My great great great grandfather, on my mother’s side, was Sgt William Barren, who went to India early in the 19th century with the 69th Regiment. He married in India and settled there after his regiment went back to England. From his five children a great extended family grew in India, some of his descendants marrying into the Indian or Anglo-Indian community, and some with Englishmen.
William’s regiment was also known as the South Lincolnshire Regiment, levied for the war with France in 1756.1 It took part in several actions during the Napoleonic wars in the Mediterranean and the West Indies. The 1st battalion was sent to Madras and helped to put down the mutiny in Vellore. It was then sent to Mauritius, capturing the islands of Bourbon and France and then to Java. The second battalion was sent to Europe and took part in Waterloo in 1815 before also going to India.
When the regiment returned to England, William stayed behind in India, joining the Madras European Regiment.

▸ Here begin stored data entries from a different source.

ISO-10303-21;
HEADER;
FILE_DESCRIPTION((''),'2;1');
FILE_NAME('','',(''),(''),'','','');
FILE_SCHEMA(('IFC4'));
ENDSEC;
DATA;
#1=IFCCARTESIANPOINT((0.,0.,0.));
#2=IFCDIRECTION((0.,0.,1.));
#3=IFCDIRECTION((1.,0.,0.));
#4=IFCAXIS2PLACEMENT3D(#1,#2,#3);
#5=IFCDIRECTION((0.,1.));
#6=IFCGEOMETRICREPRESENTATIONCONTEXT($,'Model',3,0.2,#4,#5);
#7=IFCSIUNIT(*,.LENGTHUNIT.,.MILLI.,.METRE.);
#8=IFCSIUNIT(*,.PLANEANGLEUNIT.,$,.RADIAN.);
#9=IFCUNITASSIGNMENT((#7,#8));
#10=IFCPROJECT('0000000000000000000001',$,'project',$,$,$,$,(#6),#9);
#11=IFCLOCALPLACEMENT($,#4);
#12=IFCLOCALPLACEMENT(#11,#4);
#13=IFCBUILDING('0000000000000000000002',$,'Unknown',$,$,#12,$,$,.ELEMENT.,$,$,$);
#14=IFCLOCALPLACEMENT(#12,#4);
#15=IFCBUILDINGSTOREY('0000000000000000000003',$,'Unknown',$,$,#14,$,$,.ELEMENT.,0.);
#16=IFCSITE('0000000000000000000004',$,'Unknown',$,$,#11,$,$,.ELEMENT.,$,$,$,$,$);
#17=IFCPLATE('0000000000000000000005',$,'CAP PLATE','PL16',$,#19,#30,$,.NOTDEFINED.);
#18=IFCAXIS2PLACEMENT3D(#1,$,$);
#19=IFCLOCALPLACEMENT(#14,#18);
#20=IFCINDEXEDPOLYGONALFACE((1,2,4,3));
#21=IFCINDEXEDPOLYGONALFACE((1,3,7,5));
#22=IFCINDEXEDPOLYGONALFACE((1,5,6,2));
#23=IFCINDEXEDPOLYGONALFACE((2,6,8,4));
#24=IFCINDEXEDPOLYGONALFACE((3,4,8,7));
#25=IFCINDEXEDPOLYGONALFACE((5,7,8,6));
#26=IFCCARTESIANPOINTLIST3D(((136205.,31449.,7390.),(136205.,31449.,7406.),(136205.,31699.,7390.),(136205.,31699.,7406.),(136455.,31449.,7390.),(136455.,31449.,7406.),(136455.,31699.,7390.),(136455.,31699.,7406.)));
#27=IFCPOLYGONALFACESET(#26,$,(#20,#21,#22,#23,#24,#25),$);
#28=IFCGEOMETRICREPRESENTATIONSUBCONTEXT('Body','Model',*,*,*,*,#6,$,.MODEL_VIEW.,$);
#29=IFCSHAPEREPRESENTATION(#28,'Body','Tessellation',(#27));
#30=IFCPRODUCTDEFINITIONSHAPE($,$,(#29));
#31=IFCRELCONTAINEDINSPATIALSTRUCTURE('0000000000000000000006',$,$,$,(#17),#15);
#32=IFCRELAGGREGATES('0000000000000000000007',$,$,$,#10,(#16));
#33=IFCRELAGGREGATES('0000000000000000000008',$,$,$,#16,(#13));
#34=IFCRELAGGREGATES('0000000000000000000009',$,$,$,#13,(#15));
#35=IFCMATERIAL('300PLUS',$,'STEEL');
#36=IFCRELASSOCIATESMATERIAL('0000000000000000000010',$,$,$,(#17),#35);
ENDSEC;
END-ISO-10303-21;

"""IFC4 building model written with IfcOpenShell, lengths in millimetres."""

from ifc_helpers import new_model, si_unit, direction, frame, origin_with_axes, place, context, subcontext, project, spatial, line, indexed_curve, outline, extrude, material, element, save


model = new_model("IFC4")

# Units and contexts
model_context = context("Model", 3, precision=0.2, world=origin_with_axes(), true_north=direction((0.0, 1.0)))
body_context = subcontext(model_context, "Body", "Model", "MODEL_VIEW")
ifc_project = project(units=[si_unit("LENGTHUNIT", "METRE", prefix="MILLI"), si_unit("PLANEANGLEUNIT", "RADIAN")], contexts=[model_context])

# Site, building, storey
site_placement = place(None, origin_with_axes())
site = spatial("IfcSite", under=ifc_project, at=site_placement, Name="Unknown", CompositionType="ELEMENT")
building_placement = place(site_placement, origin_with_axes())
building = spatial("IfcBuilding", under=site, at=building_placement, Name="Unknown", CompositionType="ELEMENT")
storey_placement = place(building_placement, origin_with_axes())
storey = spatial("IfcBuildingStorey", under=building, at=storey_placement, Name="Unknown", CompositionType="ELEMENT", Elevation=0.0)

# Shared definitions
ifc_material_1 = material(Name="300PLUS", Category="STEEL")

# Plate
for number, where, z_axis, x_axis, name in (
    (1, (136205.0, 31449.0, 7398.0), (0.0, 0.0, 1.0), (1.0, 0.0, 0.0), "CAP PLATE"),
):
    element("IfcPlate", number, at=place(storey_placement, frame(where, z_axis=z_axis, x_axis=x_axis)), inside=storey, material=ifc_material_1, Name=name, Description="PL16", PredefinedType="NOTDEFINED", context=body_context, shape_type="SolidModel", body=[
        extrude(outline(indexed_curve([(0.0, 0.0), (250.0, 0.0), (250.0, 250.0), (0.0, 250.0)], segments=[line(1, 2, 3, 4, 1)])), frame((0.0, 0.0, 8.0), z_axis=(0.0, 0.0, 1.0), x_axis=(1.0, 0.0, 0.0)), (0.0, 0.0, -1.0), 16.0),
    ])

save(model, "model.ifc")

William married Elizabeth, her surname not recorded possibly because she was Indian. It was the practice in the time of the East India Company that Indian women who married English soldiers took a European name and, if they were married by the church, went through a form of conversion to Christianity. Whether or not this was true of Elizabeth is now impossible to tell as there are no other records identifying her.
The couple had five children together. The eldest was Sarah, born in Cannanore in 1821, my great great grandmother. Then came William, born in Wallajabad in 1823, Mary Ann (who only survived 5 years) born in Kamptee in 1825, Thomas, who was born in 1828, also in Kamptee, and Alexander, born in Madras in 1830.
Sarah and Alexander had smallish families for the time but William had a large family of 10 children. William’s children went on to have many children of their own and so the Barren family proliferated in India. Alexander’s 6 children also stayed in India and had many children of their own but Sarah, who married my great great grandfather Jonathan Chadwick, only had two children who lived to adulthood. I have been unable to find any records of Thomas Barren and it is possible that he died without marrying.